(Stored data entries)
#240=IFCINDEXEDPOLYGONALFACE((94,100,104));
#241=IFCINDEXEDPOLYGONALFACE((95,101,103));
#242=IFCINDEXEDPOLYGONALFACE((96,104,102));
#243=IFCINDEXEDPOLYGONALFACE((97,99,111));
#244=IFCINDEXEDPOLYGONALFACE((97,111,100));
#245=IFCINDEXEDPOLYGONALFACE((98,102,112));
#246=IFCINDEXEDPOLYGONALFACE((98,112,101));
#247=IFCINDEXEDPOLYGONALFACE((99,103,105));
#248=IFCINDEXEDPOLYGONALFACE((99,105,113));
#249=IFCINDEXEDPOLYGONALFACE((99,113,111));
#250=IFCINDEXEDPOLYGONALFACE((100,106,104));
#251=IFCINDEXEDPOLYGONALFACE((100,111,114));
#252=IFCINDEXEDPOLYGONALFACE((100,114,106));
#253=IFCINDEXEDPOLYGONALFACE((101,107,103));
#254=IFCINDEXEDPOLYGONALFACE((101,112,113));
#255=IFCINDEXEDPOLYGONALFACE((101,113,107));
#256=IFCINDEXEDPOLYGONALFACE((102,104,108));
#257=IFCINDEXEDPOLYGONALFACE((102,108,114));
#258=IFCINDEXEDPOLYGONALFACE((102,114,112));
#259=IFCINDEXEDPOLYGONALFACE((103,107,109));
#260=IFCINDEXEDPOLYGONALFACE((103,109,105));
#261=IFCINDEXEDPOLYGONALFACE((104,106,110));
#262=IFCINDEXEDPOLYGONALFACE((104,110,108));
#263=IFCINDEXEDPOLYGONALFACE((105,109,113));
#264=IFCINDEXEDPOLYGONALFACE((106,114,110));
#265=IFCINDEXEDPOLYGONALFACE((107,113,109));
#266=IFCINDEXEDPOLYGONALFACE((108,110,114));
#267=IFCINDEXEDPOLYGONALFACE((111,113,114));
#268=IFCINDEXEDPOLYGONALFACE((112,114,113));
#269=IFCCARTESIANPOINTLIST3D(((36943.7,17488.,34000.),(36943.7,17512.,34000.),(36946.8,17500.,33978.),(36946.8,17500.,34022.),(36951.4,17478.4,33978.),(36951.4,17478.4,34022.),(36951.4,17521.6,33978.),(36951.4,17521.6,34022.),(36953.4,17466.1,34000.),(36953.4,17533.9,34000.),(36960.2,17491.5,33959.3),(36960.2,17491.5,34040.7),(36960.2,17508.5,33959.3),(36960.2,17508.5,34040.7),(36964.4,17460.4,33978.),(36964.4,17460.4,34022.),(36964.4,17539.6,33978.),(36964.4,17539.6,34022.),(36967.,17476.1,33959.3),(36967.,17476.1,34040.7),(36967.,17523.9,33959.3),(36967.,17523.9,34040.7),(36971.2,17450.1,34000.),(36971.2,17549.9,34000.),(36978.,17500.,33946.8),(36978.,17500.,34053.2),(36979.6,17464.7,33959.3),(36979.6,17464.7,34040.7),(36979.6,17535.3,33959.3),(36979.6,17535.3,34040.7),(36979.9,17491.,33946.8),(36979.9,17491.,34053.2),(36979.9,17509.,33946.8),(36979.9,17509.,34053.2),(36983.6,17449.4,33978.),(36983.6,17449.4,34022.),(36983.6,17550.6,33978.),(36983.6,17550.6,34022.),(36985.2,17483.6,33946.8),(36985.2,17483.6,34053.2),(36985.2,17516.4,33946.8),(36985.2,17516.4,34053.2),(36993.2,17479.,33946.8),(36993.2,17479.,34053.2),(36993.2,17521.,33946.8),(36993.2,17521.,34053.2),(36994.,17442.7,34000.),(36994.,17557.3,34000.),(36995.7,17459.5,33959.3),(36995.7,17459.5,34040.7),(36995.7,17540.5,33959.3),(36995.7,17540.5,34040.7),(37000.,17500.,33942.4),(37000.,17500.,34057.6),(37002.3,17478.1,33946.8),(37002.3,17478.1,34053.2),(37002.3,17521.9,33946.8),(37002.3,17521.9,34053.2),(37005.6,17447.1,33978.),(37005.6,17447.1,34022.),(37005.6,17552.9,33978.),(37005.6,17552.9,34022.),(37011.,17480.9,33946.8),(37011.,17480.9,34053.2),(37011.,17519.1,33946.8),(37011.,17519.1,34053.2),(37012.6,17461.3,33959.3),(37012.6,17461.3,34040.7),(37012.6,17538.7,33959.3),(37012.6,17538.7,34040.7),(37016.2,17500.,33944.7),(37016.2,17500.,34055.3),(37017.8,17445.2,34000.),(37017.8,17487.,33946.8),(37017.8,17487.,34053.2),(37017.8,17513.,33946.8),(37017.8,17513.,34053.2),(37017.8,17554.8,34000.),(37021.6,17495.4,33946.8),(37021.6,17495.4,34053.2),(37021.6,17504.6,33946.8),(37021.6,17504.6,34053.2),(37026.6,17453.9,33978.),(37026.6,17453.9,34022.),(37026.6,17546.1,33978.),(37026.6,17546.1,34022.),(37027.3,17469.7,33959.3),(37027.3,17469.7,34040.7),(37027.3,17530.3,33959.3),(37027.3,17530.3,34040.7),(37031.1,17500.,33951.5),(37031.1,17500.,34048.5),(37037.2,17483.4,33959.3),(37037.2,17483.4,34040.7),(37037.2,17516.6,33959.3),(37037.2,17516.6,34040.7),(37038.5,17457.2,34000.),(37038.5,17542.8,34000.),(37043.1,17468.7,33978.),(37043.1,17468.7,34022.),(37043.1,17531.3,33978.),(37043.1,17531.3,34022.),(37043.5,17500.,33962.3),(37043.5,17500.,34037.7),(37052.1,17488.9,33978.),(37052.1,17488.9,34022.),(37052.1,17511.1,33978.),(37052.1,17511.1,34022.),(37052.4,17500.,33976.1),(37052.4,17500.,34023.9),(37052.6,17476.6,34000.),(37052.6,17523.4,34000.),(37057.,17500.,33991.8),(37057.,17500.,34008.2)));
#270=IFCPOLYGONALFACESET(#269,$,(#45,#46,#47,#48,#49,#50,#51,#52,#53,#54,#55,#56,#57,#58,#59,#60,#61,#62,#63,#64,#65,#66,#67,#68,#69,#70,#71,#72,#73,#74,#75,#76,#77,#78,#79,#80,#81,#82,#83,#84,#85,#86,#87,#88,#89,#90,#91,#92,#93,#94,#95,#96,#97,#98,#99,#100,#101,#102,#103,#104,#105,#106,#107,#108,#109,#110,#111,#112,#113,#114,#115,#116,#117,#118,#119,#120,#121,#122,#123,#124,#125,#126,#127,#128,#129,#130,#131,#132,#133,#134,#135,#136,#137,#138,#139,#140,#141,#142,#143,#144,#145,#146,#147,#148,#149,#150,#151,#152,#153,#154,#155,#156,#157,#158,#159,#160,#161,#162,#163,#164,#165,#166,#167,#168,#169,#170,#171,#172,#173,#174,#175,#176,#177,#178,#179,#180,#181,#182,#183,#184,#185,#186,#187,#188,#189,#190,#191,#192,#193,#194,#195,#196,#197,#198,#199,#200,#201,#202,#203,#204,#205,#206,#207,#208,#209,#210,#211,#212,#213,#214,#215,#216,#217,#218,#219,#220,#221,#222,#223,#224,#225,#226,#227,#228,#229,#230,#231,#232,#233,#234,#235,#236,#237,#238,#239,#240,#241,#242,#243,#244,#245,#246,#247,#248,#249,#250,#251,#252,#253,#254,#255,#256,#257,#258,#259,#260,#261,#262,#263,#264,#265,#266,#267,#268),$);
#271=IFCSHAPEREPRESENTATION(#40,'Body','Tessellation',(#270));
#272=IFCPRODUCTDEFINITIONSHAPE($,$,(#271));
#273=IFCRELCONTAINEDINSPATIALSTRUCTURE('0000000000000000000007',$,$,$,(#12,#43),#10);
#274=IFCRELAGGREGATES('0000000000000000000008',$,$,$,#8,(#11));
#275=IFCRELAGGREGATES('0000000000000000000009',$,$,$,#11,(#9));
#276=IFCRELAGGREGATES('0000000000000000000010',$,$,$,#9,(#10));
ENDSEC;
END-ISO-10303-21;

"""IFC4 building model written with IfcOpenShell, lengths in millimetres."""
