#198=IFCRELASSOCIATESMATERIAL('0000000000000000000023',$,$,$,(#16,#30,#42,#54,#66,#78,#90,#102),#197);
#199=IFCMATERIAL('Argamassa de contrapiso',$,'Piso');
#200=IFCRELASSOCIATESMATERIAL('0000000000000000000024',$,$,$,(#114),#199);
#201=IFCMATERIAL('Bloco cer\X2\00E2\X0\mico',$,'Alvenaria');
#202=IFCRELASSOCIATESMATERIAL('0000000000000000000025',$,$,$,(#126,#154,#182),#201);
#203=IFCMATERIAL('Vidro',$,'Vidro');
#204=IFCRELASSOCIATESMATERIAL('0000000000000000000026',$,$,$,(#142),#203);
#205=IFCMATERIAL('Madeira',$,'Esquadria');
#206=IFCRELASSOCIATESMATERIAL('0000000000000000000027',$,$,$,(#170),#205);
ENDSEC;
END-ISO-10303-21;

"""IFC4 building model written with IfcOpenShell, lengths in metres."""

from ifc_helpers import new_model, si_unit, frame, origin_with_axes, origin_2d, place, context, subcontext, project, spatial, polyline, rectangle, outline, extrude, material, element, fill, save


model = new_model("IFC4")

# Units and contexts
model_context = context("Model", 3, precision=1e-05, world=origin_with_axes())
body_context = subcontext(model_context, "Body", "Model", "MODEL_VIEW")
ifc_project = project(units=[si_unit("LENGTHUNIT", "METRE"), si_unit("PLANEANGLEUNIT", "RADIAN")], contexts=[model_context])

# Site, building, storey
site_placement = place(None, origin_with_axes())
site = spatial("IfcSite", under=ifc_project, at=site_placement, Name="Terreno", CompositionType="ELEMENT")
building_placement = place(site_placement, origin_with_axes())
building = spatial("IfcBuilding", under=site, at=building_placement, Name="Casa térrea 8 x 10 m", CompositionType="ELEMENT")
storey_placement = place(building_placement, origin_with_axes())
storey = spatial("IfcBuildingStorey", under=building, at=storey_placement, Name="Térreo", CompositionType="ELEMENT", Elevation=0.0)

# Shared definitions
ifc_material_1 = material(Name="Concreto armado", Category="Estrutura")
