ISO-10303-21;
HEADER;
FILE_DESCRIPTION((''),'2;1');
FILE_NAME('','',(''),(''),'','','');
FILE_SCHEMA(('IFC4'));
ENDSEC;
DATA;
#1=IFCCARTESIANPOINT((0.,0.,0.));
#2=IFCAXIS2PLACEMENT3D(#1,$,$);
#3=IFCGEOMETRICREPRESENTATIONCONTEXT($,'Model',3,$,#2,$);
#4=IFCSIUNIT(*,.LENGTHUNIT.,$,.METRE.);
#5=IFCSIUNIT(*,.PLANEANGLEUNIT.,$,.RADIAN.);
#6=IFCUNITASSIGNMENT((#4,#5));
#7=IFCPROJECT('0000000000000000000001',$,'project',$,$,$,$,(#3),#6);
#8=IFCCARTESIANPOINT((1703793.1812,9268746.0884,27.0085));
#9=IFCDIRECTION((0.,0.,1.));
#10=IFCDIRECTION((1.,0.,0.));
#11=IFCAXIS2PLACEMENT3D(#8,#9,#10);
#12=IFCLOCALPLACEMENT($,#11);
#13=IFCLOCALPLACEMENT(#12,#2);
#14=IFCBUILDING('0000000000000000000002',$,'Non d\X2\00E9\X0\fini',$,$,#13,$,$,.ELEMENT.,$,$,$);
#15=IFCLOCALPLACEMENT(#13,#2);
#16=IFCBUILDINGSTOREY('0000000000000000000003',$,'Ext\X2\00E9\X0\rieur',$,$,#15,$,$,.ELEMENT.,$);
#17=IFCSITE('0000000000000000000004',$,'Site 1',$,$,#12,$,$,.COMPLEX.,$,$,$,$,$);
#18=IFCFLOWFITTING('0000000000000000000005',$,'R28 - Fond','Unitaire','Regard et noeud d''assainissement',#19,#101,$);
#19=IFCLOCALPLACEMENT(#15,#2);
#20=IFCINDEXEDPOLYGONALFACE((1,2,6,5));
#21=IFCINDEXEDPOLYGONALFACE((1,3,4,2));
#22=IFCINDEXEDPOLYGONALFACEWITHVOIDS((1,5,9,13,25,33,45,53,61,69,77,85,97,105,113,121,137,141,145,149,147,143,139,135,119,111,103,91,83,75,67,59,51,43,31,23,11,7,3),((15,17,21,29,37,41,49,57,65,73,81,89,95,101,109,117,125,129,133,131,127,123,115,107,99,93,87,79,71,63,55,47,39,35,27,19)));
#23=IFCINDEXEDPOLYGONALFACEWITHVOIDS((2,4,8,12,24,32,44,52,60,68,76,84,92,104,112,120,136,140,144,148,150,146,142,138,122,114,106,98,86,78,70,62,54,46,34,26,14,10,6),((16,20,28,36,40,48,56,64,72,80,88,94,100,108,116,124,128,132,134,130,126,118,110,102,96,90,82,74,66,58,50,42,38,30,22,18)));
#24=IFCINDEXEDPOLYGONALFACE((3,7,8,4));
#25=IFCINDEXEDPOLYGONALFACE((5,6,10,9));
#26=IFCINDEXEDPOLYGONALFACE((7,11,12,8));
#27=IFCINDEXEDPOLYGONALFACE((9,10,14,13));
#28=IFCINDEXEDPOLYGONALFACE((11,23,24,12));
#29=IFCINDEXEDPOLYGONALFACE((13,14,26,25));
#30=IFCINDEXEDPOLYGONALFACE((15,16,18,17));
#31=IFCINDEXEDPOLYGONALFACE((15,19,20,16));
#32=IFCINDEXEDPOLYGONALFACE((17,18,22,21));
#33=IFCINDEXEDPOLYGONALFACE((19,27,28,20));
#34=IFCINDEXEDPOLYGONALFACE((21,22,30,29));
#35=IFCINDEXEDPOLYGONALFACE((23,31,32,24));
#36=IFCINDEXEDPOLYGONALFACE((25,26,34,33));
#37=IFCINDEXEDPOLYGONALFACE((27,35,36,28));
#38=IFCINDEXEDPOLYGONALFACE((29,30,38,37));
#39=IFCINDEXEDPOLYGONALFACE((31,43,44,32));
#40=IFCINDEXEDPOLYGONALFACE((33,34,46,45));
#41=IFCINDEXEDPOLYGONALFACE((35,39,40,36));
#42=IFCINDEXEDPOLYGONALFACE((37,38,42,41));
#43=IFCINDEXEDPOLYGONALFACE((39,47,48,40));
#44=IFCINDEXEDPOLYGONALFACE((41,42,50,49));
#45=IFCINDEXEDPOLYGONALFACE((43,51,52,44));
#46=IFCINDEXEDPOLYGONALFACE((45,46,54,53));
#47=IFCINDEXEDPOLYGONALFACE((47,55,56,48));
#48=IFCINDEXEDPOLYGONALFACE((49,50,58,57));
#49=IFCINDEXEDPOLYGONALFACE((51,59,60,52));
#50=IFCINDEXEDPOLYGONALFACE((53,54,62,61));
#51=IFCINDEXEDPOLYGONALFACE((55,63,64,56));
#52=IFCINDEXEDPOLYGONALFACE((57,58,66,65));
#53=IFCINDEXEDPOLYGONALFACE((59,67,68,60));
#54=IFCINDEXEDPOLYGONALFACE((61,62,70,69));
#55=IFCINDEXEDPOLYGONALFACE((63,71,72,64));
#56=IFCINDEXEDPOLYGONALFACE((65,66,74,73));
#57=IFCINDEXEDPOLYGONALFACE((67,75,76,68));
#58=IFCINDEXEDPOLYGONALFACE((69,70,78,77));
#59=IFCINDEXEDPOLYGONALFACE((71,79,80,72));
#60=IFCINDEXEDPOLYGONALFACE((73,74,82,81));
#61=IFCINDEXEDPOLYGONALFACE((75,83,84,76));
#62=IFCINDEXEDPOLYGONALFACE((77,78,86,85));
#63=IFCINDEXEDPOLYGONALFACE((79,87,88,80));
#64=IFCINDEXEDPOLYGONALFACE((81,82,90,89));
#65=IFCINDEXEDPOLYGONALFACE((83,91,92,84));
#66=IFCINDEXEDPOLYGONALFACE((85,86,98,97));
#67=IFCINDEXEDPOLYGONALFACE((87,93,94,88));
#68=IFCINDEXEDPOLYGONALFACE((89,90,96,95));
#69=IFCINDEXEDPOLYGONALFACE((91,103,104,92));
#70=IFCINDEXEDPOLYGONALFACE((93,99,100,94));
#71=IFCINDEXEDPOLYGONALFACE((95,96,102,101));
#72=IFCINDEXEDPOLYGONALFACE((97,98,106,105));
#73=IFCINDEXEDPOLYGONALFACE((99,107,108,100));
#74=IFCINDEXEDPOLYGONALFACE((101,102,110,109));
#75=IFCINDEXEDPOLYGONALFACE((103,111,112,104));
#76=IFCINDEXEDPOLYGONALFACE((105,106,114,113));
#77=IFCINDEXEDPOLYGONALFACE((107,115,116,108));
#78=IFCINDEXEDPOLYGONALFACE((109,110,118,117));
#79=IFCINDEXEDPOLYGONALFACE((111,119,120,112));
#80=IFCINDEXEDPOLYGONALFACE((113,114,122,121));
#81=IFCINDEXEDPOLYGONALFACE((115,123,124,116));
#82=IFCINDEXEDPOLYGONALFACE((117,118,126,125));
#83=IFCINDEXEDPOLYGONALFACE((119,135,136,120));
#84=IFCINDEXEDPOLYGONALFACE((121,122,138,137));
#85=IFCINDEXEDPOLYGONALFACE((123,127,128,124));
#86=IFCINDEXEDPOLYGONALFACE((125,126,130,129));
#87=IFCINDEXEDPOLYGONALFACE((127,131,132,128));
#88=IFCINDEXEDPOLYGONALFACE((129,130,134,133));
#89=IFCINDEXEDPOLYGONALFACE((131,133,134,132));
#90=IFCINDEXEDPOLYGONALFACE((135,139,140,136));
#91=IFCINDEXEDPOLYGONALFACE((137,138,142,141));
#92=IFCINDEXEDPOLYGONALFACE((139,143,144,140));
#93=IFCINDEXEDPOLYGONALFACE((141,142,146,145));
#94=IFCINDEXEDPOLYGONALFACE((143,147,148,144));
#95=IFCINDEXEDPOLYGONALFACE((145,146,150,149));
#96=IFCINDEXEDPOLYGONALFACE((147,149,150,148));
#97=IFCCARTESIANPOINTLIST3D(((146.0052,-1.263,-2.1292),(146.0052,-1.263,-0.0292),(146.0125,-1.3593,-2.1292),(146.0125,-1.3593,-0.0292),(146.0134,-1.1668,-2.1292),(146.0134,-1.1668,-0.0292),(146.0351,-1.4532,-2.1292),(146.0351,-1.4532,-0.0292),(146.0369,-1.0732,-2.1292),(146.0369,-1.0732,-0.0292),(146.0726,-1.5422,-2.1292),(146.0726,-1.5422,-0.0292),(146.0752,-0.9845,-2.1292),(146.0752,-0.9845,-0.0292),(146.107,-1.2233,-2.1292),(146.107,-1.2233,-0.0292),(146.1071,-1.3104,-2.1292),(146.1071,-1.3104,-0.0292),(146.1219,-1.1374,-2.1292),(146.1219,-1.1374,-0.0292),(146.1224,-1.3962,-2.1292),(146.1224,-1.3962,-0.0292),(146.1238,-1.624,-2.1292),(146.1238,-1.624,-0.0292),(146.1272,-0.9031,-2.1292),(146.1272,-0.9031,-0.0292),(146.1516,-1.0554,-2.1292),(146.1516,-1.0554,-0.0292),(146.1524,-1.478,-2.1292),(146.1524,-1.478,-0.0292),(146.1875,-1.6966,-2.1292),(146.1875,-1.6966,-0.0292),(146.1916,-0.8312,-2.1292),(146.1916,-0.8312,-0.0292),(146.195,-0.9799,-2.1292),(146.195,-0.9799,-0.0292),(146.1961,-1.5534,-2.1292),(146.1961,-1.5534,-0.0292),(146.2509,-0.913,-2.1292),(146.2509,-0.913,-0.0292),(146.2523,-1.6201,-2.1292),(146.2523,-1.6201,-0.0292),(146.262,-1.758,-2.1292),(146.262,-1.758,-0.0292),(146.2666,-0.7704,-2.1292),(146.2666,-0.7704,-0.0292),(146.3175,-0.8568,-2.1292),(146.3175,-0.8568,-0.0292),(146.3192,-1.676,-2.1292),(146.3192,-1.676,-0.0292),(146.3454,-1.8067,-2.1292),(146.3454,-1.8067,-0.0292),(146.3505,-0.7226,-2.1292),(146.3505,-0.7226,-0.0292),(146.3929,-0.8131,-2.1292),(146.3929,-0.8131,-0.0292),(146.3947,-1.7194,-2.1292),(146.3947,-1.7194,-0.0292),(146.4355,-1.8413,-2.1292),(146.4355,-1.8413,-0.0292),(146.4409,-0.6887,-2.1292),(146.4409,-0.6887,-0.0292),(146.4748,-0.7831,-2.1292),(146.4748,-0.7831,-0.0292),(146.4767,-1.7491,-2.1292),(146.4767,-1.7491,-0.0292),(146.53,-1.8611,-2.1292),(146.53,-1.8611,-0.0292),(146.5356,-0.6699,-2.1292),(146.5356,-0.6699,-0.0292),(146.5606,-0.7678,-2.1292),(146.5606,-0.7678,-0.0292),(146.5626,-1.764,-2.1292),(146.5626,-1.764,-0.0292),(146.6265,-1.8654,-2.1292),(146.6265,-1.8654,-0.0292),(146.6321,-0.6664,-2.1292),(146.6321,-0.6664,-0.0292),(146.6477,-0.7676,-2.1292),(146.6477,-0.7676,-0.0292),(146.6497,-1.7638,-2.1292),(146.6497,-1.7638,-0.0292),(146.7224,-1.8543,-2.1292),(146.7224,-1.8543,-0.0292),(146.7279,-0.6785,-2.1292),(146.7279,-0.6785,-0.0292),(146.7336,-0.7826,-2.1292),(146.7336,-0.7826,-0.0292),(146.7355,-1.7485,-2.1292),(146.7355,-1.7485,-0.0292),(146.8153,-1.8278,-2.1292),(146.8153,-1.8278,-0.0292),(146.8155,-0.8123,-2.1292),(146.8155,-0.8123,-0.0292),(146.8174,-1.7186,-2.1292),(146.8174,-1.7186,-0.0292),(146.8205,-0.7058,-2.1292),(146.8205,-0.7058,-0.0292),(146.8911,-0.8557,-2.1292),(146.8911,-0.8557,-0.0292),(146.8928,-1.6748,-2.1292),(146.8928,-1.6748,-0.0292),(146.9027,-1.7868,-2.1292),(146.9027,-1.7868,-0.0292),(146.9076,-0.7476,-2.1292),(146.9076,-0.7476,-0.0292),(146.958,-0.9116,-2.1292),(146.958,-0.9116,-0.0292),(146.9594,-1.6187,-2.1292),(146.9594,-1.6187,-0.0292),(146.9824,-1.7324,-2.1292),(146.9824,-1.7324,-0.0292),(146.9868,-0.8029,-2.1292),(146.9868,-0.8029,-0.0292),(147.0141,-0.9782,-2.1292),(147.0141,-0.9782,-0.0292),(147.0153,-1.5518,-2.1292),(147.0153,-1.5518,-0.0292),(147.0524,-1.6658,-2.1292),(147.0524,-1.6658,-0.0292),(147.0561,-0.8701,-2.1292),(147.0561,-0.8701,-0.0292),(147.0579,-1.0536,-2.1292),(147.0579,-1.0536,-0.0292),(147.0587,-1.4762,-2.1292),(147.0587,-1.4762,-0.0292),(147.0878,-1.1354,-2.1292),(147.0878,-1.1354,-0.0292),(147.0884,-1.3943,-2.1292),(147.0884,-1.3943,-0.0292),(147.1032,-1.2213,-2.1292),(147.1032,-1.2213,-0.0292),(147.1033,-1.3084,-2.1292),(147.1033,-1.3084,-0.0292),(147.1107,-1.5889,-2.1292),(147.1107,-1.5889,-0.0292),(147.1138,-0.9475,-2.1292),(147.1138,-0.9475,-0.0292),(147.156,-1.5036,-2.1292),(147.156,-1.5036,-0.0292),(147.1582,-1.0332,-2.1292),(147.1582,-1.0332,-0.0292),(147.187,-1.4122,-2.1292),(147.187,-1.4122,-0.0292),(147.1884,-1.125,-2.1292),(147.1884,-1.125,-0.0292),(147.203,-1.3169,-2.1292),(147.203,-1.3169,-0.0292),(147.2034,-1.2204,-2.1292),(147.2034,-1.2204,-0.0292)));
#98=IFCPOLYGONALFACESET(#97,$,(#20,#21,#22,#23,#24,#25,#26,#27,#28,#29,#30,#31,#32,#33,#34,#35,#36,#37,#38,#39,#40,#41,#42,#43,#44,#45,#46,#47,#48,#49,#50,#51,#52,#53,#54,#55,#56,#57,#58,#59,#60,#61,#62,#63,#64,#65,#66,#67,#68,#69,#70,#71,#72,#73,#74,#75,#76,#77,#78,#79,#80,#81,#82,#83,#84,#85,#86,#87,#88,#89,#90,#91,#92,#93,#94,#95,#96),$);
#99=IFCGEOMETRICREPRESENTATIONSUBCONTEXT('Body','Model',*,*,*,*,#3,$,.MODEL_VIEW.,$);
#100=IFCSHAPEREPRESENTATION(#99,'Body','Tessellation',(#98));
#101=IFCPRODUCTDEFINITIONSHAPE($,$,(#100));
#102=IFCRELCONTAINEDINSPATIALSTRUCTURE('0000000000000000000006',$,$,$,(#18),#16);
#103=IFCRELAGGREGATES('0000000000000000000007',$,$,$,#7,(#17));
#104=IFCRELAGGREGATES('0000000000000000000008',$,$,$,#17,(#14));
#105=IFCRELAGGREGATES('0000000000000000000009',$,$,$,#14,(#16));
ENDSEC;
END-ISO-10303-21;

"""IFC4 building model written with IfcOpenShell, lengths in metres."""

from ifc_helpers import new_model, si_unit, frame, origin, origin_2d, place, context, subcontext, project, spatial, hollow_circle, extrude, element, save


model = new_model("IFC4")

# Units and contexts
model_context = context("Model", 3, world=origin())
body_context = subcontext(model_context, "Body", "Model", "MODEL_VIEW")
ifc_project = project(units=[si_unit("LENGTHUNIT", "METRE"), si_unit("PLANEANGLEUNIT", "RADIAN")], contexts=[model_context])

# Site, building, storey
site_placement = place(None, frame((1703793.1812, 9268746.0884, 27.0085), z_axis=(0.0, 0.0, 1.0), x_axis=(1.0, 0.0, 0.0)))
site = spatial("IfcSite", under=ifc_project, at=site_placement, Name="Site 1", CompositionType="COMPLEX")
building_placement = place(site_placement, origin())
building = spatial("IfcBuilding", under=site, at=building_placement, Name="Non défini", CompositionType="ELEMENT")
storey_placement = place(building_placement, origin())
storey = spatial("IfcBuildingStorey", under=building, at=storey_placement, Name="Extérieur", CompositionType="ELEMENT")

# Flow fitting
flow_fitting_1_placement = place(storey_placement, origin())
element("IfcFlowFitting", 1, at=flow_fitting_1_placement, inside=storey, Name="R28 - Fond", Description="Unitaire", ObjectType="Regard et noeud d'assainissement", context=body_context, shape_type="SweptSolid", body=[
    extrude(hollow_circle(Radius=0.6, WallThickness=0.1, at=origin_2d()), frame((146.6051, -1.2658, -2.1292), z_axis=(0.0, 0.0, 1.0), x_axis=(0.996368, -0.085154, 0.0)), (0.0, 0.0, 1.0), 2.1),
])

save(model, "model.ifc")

Aim of the task -> Word for word, please print every line from the beginning of the records to the line bearing "#244=IFCINDEXEDPOLYGONALFACE((97,111,100));", counting both ends and stopping there.

The completed task ->
#240=IFCINDEXEDPOLYGONALFACE((94,100,104));
#241=IFCINDEXEDPOLYGONALFACE((95,101,103));
#242=IFCINDEXEDPOLYGONALFACE((96,104,102));
#243=IFCINDEXEDPOLYGONALFACE((97,99,111));
#244=IFCINDEXEDPOLYGONALFACE((97,111,100));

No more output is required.